TASK PROMPT:
From the entries that follow, copy every line with the word "IFCLOCALPLACEMENT".

MATERIALS PROVIDED:
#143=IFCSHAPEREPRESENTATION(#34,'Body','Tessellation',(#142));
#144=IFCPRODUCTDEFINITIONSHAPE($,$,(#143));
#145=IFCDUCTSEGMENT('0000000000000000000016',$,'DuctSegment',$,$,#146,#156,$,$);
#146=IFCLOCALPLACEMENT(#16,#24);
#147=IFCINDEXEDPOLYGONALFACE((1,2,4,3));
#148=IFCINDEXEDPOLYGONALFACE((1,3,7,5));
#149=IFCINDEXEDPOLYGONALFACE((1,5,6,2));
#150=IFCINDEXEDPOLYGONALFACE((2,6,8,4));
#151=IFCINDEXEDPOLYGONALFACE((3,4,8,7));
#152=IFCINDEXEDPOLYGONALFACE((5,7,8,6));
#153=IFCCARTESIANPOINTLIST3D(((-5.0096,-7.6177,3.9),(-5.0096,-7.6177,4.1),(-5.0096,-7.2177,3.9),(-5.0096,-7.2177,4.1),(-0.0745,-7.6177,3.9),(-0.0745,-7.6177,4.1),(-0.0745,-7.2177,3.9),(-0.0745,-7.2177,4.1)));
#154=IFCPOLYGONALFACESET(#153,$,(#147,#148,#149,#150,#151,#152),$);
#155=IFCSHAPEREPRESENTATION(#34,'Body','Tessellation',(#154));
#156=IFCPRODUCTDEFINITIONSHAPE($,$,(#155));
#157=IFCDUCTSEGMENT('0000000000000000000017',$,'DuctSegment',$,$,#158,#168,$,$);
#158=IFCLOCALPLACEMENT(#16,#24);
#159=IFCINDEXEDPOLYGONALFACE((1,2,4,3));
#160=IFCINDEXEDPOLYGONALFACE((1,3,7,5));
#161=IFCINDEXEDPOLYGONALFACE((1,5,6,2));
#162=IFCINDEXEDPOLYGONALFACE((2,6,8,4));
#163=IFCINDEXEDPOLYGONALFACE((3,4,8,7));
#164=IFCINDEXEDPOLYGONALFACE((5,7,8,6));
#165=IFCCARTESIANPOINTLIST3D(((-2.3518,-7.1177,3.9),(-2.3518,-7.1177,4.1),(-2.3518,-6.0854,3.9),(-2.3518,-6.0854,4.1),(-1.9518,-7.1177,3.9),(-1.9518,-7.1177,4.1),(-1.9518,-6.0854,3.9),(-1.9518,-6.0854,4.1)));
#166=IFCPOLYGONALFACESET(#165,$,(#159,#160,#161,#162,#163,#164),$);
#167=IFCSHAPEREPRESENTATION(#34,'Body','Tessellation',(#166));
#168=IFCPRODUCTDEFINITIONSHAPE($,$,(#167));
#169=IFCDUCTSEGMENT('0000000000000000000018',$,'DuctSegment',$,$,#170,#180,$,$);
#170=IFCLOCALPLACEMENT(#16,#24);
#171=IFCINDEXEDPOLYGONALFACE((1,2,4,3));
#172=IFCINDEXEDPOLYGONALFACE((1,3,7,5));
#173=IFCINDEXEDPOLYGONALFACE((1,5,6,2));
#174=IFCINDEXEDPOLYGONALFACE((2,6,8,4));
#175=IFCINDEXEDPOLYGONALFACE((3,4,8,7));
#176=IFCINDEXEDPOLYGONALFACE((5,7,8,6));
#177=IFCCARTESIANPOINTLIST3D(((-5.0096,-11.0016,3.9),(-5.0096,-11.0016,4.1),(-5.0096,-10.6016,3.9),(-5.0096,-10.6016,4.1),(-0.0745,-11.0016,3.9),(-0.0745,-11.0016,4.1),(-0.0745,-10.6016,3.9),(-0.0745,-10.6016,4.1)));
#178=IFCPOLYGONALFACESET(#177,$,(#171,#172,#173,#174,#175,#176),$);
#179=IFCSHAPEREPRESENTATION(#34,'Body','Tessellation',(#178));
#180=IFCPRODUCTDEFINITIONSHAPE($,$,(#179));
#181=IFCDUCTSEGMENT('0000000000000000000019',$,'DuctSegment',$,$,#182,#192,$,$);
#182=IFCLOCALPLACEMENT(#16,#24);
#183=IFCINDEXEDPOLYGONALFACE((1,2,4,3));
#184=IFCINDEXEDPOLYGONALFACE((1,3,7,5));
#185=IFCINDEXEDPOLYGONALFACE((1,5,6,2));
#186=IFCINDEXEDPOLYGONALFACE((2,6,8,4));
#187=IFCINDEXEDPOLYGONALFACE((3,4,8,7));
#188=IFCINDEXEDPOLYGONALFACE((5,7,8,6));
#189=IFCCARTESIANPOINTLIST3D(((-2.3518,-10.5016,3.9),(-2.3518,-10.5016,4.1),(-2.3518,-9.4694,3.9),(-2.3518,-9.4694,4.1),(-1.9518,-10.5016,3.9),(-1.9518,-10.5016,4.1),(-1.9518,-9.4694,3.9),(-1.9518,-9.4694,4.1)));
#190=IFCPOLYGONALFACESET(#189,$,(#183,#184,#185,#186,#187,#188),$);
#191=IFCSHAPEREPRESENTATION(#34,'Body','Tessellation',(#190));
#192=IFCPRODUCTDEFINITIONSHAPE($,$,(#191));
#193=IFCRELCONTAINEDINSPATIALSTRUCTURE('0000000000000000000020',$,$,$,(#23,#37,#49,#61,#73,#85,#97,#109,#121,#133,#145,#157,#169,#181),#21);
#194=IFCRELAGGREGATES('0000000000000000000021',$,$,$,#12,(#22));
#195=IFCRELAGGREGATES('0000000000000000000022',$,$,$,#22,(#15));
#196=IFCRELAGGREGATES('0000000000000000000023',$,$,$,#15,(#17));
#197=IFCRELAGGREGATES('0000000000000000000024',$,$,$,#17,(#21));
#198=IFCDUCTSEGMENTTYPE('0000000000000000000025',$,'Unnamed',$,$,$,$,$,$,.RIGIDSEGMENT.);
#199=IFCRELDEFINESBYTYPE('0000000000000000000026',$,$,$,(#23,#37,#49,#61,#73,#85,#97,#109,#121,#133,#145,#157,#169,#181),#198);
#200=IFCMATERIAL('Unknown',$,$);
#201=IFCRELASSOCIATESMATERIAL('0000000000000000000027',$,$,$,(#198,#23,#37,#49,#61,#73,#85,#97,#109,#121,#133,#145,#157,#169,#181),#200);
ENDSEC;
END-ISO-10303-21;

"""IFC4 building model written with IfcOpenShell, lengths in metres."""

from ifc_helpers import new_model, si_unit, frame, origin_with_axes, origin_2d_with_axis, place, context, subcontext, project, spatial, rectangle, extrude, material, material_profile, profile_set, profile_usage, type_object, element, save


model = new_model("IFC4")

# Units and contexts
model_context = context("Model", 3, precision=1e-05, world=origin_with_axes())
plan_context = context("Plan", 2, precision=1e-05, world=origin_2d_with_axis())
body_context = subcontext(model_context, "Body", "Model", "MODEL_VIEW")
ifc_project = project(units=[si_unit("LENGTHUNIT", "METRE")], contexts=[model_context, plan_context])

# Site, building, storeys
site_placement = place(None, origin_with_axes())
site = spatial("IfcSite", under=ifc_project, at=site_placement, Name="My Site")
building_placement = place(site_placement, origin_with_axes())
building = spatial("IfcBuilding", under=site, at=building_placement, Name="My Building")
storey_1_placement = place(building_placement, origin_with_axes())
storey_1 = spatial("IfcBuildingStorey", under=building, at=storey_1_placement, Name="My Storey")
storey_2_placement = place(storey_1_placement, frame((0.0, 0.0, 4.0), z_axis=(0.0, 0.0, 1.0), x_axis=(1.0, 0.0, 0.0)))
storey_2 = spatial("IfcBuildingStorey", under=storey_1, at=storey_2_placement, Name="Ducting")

RESPONSE AREA:
#146=IFCLOCALPLACEMENT(#16,#24);
#158=IFCLOCALPLACEMENT(#16,#24);
#170=IFCLOCALPLACEMENT(#16,#24);
#182=IFCLOCALPLACEMENT(#16,#24);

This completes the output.